(DATA TO EXAMINE Opens)

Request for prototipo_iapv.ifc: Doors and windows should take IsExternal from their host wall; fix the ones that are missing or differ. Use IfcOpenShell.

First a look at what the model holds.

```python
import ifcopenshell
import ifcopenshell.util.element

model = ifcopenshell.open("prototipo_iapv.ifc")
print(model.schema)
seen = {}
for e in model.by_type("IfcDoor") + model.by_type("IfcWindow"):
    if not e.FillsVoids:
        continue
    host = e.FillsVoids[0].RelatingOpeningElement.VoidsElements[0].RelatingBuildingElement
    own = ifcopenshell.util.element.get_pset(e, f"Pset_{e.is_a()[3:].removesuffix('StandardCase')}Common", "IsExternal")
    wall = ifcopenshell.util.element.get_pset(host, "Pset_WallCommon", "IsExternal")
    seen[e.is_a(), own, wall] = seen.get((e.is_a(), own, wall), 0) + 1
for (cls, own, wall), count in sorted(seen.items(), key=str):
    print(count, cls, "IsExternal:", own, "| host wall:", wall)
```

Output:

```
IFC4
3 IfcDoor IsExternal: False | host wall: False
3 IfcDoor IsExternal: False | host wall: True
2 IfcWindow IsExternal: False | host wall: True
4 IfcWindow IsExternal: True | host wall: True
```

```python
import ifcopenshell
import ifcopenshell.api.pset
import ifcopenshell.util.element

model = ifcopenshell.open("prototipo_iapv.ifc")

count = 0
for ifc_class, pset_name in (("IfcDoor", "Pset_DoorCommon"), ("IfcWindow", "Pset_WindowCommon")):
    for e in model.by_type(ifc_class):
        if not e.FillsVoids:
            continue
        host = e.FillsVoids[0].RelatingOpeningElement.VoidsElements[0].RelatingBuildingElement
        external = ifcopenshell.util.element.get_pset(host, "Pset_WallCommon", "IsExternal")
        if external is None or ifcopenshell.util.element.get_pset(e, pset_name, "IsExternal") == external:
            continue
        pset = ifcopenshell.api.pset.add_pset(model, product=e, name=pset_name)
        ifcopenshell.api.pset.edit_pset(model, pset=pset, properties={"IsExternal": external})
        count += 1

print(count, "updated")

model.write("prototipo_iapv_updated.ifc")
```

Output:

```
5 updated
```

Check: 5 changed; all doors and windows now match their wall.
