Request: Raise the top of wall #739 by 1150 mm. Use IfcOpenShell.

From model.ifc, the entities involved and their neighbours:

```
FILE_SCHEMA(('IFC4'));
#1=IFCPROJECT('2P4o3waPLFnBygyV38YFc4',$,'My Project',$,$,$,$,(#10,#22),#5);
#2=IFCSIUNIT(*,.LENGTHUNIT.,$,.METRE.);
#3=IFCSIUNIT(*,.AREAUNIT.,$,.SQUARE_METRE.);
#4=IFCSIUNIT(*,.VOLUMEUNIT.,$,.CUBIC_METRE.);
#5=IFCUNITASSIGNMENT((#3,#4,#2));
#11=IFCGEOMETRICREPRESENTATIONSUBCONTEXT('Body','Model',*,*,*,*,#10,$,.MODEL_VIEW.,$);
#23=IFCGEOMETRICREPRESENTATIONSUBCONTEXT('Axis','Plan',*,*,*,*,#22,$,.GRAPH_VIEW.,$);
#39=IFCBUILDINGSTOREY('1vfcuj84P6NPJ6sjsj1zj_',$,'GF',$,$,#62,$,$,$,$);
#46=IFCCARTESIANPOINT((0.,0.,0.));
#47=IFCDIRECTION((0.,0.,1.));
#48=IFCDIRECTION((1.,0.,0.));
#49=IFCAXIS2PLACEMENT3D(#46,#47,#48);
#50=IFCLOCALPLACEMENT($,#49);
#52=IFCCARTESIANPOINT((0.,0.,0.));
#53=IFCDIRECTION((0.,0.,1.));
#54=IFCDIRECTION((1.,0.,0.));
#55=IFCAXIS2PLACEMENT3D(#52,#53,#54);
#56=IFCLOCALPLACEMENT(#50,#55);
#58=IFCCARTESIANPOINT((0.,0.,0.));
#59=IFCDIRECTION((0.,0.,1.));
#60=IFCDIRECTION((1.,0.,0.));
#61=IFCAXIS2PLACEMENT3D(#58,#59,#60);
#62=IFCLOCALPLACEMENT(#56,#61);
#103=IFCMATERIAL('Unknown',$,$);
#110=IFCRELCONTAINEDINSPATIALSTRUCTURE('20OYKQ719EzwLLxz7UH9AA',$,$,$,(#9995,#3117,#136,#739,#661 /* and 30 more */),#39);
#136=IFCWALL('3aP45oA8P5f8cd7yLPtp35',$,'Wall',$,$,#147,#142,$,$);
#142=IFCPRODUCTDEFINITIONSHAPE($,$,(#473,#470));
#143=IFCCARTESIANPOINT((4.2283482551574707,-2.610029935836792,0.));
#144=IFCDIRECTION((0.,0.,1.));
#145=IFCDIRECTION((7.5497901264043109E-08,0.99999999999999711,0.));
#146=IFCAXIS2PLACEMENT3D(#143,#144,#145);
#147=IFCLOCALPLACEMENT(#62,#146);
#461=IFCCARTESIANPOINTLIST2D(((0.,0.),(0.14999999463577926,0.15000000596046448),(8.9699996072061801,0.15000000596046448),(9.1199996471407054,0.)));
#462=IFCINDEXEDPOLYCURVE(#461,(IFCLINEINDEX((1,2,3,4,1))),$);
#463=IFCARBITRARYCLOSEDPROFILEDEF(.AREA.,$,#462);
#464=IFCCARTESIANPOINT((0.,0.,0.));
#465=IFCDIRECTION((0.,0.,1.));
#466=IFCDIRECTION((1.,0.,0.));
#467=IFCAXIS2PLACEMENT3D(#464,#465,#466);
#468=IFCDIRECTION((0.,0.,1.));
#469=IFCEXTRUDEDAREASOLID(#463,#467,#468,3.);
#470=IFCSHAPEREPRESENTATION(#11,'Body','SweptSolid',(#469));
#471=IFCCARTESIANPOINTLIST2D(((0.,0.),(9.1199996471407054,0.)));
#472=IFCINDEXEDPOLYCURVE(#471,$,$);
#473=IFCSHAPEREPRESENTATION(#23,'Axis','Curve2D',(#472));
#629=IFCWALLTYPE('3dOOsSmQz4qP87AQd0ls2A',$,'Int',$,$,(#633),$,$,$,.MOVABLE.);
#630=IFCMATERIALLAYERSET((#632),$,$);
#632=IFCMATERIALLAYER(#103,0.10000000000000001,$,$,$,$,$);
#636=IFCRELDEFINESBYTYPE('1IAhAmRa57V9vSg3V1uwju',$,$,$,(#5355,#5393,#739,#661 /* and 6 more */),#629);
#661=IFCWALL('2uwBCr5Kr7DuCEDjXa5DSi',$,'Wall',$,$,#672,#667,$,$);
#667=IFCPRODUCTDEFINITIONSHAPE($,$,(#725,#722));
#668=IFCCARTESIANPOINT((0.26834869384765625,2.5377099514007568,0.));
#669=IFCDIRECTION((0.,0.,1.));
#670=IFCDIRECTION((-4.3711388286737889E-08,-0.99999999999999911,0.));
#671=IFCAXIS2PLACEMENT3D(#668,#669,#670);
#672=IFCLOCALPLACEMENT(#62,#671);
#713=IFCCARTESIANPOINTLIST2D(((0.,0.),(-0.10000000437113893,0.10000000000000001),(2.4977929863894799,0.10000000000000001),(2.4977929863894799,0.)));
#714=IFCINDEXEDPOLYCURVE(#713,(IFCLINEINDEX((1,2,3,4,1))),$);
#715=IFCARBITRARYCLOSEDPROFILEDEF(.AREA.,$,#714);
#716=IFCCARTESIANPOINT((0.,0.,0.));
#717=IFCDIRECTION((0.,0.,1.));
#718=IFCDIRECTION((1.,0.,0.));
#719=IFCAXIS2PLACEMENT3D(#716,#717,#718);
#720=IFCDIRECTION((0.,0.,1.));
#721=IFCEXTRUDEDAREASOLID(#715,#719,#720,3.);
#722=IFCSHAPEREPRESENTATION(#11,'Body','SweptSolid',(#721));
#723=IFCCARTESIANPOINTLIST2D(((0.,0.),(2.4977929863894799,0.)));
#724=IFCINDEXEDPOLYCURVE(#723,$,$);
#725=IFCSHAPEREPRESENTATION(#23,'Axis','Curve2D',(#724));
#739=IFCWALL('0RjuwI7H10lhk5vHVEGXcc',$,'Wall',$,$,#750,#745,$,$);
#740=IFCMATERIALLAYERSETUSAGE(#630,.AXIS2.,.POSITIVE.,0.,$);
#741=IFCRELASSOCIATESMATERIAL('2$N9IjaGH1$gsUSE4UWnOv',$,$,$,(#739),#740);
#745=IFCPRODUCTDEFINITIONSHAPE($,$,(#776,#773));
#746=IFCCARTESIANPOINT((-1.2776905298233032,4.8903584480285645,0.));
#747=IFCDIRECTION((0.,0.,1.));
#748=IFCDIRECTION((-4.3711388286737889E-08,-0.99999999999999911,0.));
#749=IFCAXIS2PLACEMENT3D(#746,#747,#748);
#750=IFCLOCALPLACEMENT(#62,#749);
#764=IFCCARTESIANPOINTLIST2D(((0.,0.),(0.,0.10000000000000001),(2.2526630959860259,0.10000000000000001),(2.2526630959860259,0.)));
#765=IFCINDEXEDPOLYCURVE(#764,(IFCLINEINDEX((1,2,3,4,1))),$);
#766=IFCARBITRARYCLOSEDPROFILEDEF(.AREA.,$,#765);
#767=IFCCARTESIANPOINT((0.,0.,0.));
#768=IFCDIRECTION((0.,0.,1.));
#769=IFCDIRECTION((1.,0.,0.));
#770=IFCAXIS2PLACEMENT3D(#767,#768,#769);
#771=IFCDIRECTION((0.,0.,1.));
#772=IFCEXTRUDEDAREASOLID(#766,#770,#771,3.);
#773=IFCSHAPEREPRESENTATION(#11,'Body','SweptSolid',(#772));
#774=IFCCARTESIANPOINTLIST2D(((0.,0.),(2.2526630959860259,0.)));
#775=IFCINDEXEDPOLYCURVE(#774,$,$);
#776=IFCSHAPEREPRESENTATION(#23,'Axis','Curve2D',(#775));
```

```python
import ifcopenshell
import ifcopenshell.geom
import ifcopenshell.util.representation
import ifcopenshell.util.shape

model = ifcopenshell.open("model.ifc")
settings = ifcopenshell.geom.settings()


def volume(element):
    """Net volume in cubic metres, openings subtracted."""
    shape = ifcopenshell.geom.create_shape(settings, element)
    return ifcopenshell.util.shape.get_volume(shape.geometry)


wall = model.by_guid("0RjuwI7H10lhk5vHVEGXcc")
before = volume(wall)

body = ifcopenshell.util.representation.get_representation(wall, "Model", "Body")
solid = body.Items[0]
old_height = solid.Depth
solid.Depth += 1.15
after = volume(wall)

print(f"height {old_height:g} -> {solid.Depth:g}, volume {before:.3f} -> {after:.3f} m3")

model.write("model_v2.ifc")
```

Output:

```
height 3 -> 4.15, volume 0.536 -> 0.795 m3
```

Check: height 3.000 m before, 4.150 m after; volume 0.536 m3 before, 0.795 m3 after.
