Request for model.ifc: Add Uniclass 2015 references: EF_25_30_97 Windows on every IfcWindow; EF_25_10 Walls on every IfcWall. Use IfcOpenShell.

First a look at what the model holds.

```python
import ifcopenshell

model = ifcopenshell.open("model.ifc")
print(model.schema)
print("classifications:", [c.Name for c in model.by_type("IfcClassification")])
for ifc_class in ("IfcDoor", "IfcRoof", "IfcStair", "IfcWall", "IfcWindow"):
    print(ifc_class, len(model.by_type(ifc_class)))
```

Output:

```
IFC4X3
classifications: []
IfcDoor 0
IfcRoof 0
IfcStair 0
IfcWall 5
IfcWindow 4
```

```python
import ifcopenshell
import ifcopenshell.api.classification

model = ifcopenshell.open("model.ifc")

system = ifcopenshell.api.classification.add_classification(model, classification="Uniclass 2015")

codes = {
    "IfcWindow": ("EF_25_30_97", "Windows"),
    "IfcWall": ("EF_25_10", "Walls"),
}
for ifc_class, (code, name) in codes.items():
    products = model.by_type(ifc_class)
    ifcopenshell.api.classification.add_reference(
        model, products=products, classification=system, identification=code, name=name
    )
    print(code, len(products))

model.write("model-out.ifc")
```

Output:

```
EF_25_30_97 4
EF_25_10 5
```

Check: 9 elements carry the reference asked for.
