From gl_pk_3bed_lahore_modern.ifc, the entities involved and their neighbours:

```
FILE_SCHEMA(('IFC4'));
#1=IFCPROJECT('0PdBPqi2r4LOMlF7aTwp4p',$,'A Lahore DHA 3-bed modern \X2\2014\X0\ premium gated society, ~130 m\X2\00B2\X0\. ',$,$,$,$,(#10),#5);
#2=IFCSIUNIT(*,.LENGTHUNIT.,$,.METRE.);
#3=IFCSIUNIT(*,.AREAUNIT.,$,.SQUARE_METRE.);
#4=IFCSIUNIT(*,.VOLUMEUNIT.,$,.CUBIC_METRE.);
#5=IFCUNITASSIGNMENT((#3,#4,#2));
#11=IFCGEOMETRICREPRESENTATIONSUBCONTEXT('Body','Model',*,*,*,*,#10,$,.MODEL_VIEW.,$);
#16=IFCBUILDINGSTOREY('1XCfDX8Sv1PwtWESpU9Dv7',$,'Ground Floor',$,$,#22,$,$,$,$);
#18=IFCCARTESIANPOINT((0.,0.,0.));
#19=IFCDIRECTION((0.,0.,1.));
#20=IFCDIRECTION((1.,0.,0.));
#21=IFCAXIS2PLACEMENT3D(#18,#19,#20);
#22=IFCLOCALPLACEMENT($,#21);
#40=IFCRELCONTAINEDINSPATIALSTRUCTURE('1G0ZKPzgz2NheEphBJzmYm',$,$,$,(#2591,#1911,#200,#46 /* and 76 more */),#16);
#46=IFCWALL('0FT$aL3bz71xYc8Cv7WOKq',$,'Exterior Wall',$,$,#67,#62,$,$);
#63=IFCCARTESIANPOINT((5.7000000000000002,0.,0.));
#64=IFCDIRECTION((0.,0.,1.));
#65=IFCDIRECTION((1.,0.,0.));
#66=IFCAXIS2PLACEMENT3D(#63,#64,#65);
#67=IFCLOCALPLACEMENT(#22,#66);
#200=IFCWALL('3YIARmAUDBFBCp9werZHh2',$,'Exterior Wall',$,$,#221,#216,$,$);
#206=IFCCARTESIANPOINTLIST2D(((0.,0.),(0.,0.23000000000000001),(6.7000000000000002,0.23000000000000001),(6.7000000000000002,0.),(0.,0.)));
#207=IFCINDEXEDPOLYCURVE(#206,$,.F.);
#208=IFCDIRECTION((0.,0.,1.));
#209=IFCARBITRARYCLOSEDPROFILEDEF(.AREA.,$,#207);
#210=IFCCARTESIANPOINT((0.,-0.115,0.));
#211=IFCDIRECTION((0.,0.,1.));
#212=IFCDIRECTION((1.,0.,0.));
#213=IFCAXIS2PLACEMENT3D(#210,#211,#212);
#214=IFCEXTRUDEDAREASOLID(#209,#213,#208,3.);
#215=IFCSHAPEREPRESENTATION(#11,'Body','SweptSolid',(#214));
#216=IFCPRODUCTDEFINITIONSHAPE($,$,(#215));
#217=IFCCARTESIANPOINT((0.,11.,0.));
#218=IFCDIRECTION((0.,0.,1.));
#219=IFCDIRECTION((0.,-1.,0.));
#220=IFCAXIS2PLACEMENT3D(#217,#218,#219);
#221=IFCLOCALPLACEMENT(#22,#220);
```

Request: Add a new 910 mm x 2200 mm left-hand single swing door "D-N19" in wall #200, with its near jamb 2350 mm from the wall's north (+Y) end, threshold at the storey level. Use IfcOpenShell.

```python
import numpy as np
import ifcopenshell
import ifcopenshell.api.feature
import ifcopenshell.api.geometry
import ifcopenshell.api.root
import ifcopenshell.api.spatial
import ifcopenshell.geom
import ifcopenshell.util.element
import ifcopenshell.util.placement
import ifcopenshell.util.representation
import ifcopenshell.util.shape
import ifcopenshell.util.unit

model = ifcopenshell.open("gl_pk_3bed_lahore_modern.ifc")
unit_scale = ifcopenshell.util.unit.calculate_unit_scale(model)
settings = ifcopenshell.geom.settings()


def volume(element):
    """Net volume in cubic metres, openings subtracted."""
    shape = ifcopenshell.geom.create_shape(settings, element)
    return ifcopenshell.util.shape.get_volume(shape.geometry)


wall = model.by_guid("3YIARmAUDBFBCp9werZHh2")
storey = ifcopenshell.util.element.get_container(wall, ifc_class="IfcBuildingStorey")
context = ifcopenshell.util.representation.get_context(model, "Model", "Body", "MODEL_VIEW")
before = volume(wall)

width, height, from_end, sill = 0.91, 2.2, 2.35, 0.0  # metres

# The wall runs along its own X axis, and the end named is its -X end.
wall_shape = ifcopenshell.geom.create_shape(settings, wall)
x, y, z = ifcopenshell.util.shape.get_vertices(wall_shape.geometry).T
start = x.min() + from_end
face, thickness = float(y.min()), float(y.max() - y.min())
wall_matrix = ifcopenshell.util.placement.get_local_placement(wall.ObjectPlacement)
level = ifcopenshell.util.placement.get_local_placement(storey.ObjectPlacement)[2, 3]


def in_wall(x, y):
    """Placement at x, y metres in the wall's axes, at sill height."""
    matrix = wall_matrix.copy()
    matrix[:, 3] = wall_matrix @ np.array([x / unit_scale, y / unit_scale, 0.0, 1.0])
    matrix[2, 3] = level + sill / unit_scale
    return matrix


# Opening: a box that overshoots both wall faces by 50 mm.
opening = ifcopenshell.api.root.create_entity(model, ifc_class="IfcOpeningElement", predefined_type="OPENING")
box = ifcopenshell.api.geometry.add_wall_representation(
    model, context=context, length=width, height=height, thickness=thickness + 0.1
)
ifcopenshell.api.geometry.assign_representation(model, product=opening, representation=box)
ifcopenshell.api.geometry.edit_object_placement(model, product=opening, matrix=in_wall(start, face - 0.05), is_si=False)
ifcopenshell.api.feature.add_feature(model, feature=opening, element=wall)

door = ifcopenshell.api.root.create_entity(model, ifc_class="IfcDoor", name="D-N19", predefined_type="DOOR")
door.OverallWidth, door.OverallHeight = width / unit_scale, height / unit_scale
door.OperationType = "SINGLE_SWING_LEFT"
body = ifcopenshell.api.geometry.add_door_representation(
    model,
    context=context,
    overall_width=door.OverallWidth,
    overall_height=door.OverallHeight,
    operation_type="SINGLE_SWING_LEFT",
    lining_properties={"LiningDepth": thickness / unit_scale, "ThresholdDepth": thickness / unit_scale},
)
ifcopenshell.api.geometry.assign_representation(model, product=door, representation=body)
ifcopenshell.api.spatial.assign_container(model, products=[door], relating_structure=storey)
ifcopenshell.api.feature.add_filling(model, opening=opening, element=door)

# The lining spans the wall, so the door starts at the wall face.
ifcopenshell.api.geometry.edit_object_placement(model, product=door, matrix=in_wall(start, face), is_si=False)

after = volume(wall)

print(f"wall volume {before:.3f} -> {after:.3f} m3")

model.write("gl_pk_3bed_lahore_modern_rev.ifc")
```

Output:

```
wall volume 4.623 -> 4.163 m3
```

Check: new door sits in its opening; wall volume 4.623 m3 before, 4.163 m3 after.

(DATA TO EXAMINE Closes)

Pull every line holding "IFCPRODUCTDEFINITIONSHAPE" out of the records.

#142=IFCPRODUCTDEFINITIONSHAPE($,$,(#473,#470));
#667=IFCPRODUCTDEFINITIONSHAPE($,$,(#725,#722));
#745=IFCPRODUCTDEFINITIONSHAPE($,$,(#776,#773));
#216=IFCPRODUCTDEFINITIONSHAPE($,$,(#215));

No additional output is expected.